## [Task item]
Show all lines from the data that include the word "IfcBuildingStorey".

## [Information given]
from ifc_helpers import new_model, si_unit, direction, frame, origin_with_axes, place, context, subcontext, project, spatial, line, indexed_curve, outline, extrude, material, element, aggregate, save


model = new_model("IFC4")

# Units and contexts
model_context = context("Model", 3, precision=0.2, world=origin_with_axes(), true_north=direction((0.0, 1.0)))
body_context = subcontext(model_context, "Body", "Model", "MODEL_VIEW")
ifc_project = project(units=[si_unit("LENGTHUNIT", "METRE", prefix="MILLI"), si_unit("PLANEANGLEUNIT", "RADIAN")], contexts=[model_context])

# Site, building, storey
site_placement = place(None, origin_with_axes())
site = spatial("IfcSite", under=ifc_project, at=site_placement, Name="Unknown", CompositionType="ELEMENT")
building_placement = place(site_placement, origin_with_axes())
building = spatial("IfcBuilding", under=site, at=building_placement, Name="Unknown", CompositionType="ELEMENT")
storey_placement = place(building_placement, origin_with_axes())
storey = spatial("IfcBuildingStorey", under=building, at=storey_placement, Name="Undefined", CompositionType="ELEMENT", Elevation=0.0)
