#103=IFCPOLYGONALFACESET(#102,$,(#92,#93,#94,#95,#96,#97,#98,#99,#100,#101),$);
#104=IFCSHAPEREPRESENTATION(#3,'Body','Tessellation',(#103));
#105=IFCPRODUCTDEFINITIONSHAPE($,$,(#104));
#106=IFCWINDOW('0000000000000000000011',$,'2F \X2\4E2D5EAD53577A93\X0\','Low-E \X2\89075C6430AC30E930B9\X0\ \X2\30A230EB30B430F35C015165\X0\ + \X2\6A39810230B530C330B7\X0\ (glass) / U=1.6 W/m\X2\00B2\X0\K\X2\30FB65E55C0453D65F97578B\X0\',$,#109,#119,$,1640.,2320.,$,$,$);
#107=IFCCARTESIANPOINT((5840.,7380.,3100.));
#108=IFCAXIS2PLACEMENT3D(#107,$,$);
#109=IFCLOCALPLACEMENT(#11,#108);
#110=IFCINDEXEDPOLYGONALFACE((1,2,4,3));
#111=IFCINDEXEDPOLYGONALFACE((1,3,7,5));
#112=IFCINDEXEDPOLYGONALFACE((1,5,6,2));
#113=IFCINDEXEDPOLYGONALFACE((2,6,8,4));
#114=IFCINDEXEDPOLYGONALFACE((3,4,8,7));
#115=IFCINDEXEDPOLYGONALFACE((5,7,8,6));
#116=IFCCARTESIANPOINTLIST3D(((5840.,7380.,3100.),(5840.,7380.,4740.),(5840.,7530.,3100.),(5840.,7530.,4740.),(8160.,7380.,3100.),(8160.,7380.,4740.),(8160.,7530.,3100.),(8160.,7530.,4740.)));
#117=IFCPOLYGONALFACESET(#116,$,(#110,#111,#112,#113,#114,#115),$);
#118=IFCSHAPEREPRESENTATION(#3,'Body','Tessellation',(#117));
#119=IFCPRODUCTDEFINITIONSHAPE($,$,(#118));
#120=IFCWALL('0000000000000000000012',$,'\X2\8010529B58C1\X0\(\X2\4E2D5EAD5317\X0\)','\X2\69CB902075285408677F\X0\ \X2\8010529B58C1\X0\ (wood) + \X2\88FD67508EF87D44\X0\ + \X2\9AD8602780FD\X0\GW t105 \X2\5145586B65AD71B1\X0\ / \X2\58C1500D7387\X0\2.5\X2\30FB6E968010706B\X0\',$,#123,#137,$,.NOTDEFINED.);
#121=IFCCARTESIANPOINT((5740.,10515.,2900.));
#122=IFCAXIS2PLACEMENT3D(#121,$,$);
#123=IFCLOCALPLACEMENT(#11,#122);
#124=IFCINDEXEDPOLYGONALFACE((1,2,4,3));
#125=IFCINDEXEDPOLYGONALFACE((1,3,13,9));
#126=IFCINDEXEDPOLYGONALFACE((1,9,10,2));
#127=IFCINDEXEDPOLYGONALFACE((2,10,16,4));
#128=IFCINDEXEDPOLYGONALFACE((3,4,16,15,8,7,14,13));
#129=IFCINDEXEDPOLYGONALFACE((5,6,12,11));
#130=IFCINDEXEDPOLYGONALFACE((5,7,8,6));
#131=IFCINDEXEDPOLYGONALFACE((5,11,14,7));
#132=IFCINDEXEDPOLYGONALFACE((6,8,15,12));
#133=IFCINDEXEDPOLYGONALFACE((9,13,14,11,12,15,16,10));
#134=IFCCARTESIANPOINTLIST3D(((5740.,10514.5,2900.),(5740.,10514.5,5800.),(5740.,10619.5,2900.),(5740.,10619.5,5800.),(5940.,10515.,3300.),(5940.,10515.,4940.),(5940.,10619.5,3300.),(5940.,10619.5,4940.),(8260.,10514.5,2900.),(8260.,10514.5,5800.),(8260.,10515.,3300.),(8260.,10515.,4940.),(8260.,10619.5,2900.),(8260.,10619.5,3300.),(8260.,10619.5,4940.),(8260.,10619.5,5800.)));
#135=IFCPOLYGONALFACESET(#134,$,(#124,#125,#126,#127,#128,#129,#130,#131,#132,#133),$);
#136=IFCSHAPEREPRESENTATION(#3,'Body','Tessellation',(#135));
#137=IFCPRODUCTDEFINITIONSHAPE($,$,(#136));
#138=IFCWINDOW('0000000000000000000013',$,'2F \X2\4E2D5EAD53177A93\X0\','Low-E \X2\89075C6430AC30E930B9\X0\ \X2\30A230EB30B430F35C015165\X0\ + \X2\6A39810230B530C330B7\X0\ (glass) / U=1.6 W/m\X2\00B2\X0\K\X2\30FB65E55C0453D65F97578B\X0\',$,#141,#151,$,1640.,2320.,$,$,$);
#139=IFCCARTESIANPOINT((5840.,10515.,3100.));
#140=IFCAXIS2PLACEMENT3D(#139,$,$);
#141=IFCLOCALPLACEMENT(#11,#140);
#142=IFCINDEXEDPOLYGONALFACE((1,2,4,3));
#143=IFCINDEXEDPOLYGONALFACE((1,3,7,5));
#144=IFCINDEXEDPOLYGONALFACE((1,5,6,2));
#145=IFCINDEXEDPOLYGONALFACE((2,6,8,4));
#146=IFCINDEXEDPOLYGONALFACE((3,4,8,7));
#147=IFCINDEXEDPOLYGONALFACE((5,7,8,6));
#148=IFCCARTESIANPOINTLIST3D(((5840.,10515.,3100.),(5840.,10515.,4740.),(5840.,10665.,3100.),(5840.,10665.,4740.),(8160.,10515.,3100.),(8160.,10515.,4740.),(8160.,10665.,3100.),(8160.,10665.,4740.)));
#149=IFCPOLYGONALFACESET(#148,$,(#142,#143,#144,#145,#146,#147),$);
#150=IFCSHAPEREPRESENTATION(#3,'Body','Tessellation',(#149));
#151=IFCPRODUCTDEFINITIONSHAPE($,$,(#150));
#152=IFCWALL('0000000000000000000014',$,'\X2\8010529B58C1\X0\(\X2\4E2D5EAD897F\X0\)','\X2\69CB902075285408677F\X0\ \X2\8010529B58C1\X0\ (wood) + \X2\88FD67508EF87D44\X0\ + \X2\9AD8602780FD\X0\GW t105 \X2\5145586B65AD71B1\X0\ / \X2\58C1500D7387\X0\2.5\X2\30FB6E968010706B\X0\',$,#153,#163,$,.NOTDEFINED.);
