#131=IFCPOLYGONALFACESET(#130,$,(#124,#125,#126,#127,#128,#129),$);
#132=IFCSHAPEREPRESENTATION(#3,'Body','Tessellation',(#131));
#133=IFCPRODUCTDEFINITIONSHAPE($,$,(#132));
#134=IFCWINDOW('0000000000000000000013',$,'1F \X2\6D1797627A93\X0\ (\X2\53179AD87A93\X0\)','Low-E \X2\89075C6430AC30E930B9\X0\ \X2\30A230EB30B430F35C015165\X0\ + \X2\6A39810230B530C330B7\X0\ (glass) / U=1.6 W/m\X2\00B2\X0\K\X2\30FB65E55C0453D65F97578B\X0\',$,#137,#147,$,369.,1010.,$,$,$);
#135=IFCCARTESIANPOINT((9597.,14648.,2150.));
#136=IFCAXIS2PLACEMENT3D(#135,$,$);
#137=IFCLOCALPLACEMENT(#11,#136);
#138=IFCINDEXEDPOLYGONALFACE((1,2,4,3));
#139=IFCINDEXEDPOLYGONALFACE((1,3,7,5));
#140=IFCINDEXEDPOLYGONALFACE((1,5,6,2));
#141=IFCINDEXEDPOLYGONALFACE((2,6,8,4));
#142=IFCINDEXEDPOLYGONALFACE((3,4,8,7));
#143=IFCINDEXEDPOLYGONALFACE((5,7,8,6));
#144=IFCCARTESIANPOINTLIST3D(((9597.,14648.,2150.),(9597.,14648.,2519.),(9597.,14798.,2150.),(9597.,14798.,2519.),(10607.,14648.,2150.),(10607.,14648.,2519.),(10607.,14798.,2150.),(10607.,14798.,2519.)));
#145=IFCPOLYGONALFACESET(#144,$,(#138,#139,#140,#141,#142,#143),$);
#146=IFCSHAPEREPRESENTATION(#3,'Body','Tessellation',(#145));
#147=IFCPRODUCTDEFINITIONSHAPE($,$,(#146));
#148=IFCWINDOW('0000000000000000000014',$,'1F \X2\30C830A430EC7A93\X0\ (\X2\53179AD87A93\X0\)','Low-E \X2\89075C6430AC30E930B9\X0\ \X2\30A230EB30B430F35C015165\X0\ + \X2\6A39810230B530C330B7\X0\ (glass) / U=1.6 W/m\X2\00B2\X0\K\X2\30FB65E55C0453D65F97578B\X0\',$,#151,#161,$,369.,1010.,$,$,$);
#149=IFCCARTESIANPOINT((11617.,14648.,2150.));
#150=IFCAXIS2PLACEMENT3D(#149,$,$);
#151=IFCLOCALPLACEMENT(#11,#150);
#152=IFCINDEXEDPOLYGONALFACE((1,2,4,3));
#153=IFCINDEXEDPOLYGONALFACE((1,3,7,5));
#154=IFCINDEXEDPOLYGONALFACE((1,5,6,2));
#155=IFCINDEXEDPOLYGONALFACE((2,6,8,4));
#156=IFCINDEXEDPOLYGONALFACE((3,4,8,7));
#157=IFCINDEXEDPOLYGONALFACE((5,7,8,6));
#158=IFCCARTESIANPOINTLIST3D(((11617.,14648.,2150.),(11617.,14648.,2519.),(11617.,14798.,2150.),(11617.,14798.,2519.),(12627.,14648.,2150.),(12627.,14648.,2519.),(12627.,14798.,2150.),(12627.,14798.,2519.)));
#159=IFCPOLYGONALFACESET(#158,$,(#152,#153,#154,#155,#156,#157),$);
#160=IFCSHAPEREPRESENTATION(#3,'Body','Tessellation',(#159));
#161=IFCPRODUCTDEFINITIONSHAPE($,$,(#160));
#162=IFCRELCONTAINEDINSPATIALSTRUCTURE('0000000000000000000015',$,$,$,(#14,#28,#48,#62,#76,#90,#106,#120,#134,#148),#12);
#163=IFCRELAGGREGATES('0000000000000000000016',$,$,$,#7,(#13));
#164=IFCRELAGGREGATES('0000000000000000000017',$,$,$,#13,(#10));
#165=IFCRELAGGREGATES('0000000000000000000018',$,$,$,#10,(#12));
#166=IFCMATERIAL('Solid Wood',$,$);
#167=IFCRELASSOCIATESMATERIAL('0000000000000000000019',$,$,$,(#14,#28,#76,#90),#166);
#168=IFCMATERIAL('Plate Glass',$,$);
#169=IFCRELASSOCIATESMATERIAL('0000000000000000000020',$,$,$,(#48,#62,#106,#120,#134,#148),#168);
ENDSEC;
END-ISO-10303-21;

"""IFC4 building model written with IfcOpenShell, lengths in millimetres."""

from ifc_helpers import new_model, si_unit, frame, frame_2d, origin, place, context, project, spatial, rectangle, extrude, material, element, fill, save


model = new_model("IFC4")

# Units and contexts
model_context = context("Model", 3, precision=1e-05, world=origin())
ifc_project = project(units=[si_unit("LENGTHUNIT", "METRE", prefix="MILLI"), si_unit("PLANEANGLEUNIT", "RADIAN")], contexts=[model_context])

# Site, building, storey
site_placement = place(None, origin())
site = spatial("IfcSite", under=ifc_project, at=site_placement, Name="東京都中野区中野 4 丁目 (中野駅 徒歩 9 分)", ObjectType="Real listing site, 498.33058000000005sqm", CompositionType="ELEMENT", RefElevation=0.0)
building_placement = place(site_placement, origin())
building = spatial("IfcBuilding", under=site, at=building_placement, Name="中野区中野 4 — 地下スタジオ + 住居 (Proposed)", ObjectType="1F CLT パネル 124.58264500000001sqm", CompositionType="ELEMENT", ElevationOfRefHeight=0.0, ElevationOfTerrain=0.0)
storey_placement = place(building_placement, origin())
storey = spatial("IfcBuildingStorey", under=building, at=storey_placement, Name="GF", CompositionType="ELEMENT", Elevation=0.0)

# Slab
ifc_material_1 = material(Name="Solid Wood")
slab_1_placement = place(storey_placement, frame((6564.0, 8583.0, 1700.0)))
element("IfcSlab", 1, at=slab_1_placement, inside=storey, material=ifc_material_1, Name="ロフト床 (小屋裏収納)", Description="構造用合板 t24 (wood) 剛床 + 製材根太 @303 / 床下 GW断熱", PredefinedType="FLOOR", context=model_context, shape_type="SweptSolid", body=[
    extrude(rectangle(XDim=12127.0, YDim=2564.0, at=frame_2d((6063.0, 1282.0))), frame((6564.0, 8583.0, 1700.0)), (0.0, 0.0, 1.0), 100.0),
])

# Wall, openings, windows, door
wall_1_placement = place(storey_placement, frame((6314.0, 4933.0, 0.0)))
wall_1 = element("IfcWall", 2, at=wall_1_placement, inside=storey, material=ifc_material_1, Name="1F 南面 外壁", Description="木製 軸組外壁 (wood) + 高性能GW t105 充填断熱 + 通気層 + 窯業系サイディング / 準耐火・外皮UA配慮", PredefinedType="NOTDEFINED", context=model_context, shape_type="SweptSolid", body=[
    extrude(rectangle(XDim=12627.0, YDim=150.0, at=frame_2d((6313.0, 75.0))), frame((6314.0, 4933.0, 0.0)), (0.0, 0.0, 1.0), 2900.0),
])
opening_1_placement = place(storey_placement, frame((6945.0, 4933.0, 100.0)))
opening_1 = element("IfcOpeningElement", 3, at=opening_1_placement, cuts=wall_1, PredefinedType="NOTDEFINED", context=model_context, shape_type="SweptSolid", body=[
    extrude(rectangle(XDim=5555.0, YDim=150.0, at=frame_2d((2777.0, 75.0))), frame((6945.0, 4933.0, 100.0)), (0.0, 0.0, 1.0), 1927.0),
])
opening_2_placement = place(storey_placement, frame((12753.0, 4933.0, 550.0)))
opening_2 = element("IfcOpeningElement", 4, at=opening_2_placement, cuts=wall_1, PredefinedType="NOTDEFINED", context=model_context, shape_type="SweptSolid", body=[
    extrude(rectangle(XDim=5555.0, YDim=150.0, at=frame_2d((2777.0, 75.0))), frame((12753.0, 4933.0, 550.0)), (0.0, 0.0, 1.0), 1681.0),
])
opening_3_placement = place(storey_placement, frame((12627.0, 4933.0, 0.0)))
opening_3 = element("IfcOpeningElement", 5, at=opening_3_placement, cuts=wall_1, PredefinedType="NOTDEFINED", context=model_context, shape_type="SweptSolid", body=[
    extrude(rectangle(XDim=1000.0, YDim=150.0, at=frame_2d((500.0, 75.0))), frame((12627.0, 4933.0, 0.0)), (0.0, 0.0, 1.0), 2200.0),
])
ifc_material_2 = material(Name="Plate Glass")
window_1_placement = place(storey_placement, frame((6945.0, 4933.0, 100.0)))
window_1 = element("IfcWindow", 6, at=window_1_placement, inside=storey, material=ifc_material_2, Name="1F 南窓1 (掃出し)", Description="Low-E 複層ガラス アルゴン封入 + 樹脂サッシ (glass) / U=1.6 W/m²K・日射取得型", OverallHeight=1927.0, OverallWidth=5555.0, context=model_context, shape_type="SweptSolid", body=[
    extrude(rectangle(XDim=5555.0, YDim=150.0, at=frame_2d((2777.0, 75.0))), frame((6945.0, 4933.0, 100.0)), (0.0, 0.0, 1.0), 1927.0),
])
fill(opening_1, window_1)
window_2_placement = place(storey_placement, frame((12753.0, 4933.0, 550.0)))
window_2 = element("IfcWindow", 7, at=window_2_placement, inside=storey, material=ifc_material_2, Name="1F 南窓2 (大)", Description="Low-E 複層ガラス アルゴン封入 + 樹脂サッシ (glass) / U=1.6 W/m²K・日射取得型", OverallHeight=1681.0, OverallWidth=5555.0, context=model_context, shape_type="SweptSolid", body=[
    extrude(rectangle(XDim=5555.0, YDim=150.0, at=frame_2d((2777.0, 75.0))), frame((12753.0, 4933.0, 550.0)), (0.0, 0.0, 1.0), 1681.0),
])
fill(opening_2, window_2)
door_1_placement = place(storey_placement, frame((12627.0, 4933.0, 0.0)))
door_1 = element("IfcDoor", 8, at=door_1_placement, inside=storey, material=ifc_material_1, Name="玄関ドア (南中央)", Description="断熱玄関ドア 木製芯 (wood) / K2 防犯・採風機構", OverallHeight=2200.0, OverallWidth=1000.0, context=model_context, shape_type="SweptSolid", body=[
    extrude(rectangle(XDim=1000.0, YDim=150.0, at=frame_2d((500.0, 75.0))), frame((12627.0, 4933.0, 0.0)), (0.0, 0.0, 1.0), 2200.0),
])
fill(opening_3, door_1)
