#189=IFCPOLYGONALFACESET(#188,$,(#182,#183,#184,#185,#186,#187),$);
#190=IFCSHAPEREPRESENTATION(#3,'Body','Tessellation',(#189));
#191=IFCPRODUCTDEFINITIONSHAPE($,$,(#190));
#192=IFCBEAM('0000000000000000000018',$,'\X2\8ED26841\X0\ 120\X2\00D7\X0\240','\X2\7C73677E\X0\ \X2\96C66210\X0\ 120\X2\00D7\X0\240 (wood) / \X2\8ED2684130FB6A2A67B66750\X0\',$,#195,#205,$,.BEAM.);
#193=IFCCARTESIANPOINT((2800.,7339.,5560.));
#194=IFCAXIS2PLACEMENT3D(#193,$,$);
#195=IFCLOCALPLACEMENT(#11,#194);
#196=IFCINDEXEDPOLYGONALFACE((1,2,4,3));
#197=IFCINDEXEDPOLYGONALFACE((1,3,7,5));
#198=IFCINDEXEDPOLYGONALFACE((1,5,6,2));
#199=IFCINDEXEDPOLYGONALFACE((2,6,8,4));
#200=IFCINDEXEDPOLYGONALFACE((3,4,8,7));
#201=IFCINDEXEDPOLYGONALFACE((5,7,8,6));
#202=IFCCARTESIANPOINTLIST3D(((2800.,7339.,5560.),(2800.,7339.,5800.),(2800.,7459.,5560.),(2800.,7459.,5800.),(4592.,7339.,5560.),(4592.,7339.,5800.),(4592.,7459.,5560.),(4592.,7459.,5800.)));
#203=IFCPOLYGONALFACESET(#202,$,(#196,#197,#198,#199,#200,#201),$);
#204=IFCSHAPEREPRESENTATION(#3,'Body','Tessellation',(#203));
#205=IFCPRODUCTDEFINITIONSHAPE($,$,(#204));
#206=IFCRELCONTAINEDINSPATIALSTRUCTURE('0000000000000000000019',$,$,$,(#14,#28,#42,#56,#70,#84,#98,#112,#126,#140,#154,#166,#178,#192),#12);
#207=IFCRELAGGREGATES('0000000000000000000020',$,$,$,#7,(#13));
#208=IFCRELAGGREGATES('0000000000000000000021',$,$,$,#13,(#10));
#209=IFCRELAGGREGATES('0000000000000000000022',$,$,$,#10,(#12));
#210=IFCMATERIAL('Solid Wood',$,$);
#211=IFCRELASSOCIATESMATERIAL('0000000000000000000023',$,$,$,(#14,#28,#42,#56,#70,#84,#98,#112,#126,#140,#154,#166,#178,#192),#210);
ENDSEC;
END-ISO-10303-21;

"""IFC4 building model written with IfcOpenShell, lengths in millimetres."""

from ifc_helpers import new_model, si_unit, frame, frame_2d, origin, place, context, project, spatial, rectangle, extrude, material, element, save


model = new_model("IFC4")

## [Completed task]
storey = spatial("IfcBuildingStorey", under=building, at=storey_placement, Name="Undefined", CompositionType="ELEMENT", Elevation=0.0)
storey = spatial("IfcBuildingStorey", under=building, at=storey_placement, Name="GF", CompositionType="ELEMENT", Elevation=0.0)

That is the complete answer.